What needs to be done — Copy every line that contains the string "VOLUMEUNIT" from the entries below.
** Opening The data block **
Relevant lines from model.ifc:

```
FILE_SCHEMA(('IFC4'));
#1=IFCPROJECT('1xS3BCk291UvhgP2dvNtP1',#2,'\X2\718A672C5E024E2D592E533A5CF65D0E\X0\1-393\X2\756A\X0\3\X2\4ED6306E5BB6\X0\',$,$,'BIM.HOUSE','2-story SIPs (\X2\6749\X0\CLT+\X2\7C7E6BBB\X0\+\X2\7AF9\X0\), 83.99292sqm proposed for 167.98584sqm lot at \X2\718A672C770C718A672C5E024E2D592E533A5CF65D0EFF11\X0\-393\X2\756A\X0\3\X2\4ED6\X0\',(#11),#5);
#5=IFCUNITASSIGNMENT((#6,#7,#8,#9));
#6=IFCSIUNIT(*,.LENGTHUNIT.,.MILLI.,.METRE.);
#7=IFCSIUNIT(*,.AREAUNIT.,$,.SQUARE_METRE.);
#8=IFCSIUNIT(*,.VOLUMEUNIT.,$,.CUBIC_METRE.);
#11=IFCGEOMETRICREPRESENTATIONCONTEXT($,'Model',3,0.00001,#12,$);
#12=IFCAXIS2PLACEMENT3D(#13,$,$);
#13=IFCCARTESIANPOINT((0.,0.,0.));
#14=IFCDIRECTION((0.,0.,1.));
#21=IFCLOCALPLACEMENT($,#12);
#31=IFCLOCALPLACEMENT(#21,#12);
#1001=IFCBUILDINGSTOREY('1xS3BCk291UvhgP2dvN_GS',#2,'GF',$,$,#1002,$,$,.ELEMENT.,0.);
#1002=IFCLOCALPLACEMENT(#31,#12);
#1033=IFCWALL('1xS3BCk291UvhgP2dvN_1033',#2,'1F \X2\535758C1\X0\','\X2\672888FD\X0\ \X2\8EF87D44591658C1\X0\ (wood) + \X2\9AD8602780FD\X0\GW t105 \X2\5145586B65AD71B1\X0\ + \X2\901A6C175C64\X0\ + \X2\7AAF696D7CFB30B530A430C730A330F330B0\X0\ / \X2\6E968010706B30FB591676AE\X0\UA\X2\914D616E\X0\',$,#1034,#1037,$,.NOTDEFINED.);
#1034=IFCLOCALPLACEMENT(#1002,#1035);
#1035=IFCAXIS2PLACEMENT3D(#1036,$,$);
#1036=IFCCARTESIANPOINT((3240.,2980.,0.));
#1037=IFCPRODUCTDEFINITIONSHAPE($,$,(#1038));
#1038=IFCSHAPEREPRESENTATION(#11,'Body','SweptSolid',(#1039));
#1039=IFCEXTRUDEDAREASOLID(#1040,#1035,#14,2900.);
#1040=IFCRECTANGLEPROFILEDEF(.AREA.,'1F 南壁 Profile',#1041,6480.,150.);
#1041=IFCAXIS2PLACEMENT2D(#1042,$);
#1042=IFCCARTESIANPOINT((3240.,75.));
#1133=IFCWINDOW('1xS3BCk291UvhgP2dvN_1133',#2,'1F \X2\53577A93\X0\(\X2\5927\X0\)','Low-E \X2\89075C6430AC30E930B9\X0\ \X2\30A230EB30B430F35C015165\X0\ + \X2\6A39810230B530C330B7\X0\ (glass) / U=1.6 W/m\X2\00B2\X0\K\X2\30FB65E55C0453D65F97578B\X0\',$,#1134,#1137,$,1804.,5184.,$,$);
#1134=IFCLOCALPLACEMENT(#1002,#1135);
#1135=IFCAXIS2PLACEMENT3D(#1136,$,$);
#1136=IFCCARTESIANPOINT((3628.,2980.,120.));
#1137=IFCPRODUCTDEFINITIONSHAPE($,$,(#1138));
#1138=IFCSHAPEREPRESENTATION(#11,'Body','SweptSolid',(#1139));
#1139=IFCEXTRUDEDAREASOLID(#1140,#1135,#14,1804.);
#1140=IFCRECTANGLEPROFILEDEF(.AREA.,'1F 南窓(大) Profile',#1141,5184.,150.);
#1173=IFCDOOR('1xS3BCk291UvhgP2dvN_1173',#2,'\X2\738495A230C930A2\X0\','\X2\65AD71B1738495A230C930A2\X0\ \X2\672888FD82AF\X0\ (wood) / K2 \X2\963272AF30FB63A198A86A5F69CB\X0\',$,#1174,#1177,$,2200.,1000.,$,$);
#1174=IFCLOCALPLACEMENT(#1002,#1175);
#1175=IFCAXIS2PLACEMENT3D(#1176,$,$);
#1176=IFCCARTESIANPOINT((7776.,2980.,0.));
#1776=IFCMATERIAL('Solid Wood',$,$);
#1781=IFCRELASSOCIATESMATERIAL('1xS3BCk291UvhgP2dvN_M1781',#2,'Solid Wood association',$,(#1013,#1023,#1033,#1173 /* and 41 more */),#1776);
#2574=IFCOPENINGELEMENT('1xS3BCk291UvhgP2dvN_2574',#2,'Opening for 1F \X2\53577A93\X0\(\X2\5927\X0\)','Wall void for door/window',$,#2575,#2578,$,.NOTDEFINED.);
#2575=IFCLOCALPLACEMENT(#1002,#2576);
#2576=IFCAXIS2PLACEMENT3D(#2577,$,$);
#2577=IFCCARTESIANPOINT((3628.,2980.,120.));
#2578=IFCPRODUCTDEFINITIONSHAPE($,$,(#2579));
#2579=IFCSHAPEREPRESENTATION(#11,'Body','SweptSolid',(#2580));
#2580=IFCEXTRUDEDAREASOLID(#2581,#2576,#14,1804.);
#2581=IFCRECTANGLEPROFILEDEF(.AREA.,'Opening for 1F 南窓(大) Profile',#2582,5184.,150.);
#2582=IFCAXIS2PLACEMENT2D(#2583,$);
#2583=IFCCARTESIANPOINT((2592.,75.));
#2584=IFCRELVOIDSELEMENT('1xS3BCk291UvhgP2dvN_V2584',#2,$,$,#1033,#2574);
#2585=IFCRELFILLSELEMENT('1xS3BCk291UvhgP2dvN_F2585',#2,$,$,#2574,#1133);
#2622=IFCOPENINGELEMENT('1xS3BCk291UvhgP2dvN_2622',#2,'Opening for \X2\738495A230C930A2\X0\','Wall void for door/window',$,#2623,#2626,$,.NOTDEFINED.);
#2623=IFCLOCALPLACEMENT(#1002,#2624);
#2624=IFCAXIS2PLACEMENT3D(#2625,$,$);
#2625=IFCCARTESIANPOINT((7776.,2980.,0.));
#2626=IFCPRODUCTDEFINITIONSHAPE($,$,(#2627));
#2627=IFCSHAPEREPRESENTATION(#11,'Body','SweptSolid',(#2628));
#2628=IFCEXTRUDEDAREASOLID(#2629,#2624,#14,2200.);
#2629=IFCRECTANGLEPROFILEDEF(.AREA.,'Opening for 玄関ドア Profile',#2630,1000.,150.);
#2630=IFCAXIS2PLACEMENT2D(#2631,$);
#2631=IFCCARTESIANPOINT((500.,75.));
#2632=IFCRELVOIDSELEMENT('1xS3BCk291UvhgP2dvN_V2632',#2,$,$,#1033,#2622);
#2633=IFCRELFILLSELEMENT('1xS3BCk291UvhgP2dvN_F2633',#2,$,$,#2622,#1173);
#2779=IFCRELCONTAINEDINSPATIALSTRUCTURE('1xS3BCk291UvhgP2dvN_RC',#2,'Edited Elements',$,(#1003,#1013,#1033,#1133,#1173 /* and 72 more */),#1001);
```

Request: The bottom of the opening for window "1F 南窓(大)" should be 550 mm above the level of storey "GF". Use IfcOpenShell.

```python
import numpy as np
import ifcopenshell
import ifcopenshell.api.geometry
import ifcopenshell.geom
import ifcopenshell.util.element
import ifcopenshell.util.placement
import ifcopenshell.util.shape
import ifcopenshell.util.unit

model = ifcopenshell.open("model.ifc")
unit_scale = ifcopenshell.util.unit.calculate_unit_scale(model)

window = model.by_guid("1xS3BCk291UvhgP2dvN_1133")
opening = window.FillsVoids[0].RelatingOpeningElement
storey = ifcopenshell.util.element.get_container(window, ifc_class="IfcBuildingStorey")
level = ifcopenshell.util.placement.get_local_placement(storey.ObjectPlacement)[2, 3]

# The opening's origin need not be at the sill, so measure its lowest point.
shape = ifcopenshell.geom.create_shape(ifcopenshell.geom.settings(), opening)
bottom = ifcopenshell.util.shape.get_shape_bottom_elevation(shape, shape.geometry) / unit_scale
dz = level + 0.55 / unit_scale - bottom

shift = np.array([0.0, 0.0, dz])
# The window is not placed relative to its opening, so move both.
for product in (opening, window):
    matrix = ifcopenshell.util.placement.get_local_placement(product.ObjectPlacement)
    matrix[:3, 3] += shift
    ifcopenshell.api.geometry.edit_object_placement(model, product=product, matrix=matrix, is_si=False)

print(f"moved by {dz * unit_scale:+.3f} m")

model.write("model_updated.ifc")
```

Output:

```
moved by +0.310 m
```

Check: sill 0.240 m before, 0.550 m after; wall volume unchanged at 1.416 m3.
** Closing The data block **
** Opening The data block **
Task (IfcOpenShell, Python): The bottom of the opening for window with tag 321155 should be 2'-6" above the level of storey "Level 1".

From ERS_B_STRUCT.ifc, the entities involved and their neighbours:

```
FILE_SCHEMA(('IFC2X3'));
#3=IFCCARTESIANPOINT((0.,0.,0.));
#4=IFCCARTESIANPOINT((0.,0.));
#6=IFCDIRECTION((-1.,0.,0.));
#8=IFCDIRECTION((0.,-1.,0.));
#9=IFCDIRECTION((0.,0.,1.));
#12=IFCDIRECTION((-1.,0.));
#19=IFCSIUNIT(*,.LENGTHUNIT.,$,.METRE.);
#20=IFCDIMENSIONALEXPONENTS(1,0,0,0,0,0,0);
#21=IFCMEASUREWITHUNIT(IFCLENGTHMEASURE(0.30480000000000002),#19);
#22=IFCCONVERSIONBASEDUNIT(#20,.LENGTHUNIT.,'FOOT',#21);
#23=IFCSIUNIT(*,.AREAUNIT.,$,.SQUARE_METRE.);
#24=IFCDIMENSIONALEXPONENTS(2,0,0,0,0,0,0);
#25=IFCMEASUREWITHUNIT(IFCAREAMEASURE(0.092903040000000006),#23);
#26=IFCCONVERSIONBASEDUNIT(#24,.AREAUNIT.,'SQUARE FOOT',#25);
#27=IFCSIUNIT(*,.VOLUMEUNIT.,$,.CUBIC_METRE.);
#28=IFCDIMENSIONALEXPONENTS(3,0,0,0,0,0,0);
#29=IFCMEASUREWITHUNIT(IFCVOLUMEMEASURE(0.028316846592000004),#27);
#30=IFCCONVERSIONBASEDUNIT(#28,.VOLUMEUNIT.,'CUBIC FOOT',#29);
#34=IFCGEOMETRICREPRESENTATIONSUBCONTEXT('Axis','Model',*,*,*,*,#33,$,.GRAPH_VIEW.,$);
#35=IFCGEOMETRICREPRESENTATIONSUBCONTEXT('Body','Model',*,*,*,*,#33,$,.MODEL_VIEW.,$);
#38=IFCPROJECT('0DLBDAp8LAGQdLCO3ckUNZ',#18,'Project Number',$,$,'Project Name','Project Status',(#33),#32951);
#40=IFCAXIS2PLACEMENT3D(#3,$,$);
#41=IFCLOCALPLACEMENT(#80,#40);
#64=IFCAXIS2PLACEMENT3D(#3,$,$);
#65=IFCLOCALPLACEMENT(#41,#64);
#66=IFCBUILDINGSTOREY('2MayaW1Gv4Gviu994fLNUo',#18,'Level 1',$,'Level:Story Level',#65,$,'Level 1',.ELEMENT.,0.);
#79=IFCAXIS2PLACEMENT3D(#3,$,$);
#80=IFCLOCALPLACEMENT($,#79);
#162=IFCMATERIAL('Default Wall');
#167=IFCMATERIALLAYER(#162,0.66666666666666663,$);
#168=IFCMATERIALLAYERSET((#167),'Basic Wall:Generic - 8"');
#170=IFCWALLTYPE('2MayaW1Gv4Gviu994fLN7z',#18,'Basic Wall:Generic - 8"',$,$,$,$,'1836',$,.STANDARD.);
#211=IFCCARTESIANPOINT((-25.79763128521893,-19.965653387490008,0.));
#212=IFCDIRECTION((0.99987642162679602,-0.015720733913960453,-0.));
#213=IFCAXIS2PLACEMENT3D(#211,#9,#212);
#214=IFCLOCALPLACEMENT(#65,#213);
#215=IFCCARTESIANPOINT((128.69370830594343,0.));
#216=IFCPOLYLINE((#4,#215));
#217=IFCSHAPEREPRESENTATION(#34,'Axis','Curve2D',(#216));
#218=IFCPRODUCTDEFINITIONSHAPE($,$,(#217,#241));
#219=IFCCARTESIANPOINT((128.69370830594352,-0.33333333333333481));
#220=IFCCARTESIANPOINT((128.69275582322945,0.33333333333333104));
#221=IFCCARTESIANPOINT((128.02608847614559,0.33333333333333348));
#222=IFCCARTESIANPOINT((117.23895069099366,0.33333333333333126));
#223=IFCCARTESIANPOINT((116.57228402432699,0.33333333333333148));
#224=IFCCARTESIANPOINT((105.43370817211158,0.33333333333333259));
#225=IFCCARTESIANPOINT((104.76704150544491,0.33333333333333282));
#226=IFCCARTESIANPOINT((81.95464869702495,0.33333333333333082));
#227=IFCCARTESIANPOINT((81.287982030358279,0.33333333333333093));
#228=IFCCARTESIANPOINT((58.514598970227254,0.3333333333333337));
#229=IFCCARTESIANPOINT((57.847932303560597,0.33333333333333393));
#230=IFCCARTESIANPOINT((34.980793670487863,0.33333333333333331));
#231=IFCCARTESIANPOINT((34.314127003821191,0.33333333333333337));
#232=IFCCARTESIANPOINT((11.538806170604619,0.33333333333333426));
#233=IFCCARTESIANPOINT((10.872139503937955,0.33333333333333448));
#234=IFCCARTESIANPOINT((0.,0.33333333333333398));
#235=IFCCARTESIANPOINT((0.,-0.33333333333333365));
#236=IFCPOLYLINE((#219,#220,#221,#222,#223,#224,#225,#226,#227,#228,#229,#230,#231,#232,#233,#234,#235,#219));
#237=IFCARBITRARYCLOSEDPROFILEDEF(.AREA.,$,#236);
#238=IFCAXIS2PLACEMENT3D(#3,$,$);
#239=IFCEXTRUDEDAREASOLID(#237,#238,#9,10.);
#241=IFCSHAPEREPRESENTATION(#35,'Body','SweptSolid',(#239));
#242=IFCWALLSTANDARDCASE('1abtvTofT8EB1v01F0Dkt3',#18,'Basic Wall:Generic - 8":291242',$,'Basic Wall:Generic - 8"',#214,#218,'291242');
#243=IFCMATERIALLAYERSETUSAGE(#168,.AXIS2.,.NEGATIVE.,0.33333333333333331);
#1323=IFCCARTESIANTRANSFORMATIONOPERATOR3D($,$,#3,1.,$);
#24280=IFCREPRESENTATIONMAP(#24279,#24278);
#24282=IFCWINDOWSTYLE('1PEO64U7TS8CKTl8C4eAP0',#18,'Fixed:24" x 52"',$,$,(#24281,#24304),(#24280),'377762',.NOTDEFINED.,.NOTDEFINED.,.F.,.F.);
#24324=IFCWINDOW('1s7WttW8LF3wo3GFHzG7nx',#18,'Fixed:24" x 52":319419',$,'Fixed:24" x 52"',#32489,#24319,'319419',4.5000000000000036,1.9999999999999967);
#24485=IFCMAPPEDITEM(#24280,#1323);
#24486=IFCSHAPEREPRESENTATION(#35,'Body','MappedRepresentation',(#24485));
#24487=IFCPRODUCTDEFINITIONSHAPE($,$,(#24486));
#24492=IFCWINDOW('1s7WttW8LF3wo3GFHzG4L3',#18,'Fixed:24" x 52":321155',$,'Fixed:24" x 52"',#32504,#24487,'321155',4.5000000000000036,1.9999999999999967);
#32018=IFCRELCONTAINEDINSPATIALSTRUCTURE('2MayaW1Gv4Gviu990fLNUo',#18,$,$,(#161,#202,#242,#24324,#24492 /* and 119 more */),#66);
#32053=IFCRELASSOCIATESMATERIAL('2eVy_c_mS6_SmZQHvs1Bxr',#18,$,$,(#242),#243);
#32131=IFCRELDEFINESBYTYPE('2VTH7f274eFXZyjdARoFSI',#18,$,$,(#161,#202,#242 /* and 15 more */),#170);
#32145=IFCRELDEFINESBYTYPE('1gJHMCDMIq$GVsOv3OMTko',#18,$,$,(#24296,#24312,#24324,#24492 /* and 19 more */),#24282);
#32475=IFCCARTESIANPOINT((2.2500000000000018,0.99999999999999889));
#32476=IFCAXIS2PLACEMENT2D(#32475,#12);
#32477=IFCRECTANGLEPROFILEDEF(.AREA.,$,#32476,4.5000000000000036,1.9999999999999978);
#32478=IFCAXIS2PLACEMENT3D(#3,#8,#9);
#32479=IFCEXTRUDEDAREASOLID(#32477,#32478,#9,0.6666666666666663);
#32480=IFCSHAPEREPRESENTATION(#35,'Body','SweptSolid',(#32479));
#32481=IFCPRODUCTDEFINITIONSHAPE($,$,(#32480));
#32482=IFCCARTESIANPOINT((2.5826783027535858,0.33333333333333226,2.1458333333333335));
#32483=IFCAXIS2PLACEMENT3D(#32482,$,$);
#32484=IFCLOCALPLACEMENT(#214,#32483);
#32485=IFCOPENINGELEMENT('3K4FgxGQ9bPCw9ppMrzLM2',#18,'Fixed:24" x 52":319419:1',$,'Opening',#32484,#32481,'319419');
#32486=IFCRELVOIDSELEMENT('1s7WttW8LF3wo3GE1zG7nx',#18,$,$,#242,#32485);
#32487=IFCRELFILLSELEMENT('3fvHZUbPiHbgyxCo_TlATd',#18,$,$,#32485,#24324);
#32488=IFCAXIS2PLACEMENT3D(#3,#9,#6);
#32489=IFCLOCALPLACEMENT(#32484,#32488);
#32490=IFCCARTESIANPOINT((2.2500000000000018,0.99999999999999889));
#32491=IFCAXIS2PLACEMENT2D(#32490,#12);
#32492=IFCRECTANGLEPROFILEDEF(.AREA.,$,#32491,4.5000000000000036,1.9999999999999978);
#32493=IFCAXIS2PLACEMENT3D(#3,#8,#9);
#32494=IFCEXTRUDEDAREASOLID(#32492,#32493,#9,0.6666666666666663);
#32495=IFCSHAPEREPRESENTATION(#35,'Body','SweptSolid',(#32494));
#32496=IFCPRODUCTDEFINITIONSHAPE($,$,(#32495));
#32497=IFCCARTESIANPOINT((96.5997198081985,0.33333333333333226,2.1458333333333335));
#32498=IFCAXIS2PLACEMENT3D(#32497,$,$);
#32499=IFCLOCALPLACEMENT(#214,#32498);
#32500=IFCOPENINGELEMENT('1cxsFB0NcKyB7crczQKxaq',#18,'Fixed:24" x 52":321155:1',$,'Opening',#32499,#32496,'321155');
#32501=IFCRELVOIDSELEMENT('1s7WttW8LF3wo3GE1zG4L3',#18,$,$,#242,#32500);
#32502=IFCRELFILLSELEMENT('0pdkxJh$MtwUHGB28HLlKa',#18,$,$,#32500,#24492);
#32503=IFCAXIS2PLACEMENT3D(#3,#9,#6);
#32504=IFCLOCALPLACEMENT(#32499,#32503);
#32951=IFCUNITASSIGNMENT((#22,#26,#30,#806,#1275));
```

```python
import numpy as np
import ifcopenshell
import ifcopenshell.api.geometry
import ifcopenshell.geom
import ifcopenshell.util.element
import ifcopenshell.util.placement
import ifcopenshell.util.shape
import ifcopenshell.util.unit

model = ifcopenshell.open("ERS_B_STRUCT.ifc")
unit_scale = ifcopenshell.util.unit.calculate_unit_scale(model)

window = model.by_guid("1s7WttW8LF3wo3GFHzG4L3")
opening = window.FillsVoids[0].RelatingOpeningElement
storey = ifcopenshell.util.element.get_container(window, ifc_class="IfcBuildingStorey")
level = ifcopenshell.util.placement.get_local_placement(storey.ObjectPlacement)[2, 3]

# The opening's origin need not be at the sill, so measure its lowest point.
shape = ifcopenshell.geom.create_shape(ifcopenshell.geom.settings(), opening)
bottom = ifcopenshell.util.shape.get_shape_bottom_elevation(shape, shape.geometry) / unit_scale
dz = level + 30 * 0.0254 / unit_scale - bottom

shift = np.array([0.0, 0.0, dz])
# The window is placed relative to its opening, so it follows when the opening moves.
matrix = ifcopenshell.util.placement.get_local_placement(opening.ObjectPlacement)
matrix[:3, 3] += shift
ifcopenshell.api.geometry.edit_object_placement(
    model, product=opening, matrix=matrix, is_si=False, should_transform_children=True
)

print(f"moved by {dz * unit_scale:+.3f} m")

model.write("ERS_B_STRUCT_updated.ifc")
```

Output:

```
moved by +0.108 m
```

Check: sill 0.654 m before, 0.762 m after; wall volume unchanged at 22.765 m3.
** Closing The data block **
Result for this exercise —
#8=IFCSIUNIT(*,.VOLUMEUNIT.,$,.CUBIC_METRE.);
#27=IFCSIUNIT(*,.VOLUMEUNIT.,$,.CUBIC_METRE.);
#30=IFCCONVERSIONBASEDUNIT(#28,.VOLUMEUNIT.,'CUBIC FOOT',#29);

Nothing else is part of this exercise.